Das offensichtlich schwer deprimierte Tier zog einen gräßlich kitschigen Plastik-Pseudoschlitten auf Gummireifen, in dem wiederum ein geistig abwesend wirkender Weihnachtsmann saß. Vielleicht sollte das ein hoheitsvoller Blick sein, mit dem er einen Punkt etwa 20 Meter weiter vorne anfixierte – für mich saher indes so aus, als würde er überlegen, ob er die 30 Euro Lohn für die alberne Nikolausspielerei tatsächlich bei der Arge würde angeben müssen.Von wegen “Ho-Ho-Ho!

Hinter ihm stand ein weiterer Knecht auf dem Vehikel, vielleicht Rupert, der noch erfolglosere Bruder von Ruprecht, dessen Funktion ebenfalls im Bellen von Worten wie “Platz!” und “Zur Seite!” bestand. Wohl für den Fall, dass die Vorhut ausfällt, etwa weil sie an der nächsten Glühweinbude mit ihrem Angezicke an den Falschen, weil schon ordentlich vorgeglühten Weihnachtsmarkttouristen gerät.

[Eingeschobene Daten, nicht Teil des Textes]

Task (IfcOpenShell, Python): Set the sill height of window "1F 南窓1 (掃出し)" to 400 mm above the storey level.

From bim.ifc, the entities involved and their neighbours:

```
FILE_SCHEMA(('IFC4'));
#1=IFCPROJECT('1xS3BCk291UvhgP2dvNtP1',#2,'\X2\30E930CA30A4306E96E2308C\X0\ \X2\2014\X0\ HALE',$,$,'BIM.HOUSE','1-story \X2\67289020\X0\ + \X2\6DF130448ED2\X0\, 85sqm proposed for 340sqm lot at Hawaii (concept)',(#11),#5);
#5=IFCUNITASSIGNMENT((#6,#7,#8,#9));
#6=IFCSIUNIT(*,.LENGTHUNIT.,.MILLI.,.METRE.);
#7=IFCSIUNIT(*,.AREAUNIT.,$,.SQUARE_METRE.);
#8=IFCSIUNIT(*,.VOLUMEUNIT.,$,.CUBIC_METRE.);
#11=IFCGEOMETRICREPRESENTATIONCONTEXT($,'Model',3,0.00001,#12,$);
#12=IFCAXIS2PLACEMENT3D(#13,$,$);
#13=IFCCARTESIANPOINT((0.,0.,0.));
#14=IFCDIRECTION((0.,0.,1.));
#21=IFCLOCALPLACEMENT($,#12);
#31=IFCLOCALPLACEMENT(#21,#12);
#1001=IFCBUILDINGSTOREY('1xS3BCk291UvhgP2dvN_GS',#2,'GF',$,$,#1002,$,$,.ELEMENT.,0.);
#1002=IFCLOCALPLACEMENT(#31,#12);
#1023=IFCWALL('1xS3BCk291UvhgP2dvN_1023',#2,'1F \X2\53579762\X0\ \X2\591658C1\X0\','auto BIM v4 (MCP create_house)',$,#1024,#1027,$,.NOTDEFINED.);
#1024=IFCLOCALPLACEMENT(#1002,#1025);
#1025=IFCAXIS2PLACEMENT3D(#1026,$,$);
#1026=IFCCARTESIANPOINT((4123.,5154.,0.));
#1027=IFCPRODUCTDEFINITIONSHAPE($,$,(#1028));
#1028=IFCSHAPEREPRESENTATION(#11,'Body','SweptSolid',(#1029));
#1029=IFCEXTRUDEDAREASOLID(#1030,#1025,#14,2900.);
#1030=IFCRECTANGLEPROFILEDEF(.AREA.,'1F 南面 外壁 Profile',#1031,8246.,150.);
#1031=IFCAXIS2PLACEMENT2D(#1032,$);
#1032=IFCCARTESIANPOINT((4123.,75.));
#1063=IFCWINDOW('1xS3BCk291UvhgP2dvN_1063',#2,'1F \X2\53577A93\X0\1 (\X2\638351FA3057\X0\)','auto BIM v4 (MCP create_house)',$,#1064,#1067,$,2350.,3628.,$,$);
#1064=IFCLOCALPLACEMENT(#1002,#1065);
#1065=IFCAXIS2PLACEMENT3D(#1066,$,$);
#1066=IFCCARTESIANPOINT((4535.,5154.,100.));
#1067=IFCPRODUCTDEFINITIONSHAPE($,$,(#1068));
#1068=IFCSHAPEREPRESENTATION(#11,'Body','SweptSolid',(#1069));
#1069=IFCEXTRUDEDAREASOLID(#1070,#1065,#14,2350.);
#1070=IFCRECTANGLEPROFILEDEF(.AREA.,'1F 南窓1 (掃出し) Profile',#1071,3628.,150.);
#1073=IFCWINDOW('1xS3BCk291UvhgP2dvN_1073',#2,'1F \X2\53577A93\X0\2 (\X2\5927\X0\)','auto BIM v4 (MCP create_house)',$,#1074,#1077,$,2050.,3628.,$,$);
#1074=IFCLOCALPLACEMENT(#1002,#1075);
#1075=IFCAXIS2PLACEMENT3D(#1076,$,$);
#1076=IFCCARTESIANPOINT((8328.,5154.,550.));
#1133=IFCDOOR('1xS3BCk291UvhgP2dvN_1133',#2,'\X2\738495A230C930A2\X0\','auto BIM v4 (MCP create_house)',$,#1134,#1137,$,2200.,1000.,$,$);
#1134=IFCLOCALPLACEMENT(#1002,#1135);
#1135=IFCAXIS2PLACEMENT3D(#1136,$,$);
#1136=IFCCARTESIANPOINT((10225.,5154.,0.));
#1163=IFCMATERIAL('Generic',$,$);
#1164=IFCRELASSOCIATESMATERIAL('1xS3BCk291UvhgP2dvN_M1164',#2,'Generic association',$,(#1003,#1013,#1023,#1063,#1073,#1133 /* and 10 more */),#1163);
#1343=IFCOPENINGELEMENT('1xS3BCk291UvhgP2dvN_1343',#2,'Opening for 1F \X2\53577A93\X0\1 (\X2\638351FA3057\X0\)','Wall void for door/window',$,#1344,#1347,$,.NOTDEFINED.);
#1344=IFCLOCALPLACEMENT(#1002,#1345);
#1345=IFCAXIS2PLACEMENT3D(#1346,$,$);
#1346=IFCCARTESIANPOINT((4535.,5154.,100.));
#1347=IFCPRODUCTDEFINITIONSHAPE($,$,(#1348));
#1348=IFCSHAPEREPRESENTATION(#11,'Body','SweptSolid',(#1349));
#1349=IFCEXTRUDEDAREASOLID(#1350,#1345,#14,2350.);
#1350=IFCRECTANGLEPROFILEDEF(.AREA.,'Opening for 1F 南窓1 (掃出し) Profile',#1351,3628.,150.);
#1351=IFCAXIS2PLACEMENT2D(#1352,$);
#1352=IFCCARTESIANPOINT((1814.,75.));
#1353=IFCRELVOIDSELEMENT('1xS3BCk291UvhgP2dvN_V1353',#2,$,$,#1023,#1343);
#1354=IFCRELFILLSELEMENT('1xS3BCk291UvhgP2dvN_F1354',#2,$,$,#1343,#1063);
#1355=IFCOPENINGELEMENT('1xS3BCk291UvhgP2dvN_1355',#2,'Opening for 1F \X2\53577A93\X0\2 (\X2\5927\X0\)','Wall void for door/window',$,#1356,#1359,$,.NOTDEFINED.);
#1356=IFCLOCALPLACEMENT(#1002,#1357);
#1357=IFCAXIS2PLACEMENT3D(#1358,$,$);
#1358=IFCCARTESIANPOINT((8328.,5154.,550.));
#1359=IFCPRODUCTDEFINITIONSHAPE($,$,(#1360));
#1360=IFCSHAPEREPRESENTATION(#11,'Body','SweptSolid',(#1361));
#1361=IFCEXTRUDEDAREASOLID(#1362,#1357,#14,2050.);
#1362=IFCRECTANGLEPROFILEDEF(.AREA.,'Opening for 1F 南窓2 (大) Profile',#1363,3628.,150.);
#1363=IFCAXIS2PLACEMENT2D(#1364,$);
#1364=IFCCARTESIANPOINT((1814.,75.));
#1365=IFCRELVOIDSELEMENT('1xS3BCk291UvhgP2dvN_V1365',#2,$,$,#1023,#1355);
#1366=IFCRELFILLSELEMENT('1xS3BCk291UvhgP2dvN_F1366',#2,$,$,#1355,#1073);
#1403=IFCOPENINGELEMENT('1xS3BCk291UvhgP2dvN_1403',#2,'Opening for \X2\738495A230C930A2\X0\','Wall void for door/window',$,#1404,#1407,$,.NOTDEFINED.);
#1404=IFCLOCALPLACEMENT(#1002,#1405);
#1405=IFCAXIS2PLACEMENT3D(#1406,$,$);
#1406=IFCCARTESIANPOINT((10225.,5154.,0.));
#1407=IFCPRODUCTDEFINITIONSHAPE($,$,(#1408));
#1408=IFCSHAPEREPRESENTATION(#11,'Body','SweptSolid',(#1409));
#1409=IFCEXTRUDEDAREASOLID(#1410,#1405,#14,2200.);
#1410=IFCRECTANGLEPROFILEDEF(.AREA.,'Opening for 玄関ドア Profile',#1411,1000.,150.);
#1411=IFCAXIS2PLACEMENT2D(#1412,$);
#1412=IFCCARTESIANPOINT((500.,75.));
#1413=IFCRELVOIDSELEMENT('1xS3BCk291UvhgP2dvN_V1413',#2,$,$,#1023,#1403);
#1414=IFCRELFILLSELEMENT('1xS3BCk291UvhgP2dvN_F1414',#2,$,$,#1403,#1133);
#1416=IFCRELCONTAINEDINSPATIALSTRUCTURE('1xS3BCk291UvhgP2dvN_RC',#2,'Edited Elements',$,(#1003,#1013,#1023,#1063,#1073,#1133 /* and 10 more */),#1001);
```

```python
import numpy as np
import ifcopenshell
import ifcopenshell.api.geometry
import ifcopenshell.geom
import ifcopenshell.util.element
import ifcopenshell.util.placement
import ifcopenshell.util.shape
import ifcopenshell.util.unit

model = ifcopenshell.open("bim.ifc")
unit_scale = ifcopenshell.util.unit.calculate_unit_scale(model)

window = model.by_guid("1xS3BCk291UvhgP2dvN_1063")
opening = window.FillsVoids[0].RelatingOpeningElement
storey = ifcopenshell.util.element.get_container(window, ifc_class="IfcBuildingStorey")
level = ifcopenshell.util.placement.get_local_placement(storey.ObjectPlacement)[2, 3]

# The opening's origin need not be at the sill, so measure its lowest point.
shape = ifcopenshell.geom.create_shape(ifcopenshell.geom.settings(), opening)
bottom = ifcopenshell.util.shape.get_shape_bottom_elevation(shape, shape.geometry) / unit_scale
dz = level + 0.4 / unit_scale - bottom

shift = np.array([0.0, 0.0, dz])
# The window is not placed relative to its opening, so move both.
for product in (opening, window):
    matrix = ifcopenshell.util.placement.get_local_placement(product.ObjectPlacement)
    matrix[:3, 3] += shift
    ifcopenshell.api.geometry.edit_object_placement(model, product=product, matrix=matrix, is_si=False)

print(f"moved by {dz * unit_scale:+.3f} m")

model.write("bim-out.ifc")
```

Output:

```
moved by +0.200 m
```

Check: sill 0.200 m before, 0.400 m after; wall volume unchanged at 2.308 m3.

Mit wehleidigem Bimmeln und einer Aura der Verzweiflung trottete diese Coca-Cola-Parodie also an mir vorüber und erwärmte damit mein Herz. Ja, das Land ist im Weihnachtsfieber, das wurde mir in diesem Moment klar. Darauf eine lauwarme Feuerzangenbowle, deren Preis-Leistungs-Verhältnis mehrere Warentest-Mitarbeiter über Wochen um die passenden Worte ringen ließe. Jetzt gilt es nur noch, das Geschenkeauspacken, das Gucken der Weihnachtssendung im ZDF und das Sich-gemütlich-machen in die richtige Reihenfolge zu bringen.

Ebenso wurde mir bei dieser Gelegenheit klar, dass ich folgendes Wort in den kommenden Wochen gottseidank NICHT würde schreiben müssen – nur dieses eine Mal, zum Zwecke der Erläuterung: “besinnlich“. So, jetzt isses raus. Ist ja schon schlimm genug, dass man es bis zum Jahresende noch mehrer Myriaden Mal wird lesen müssen – aber schreiben… würg.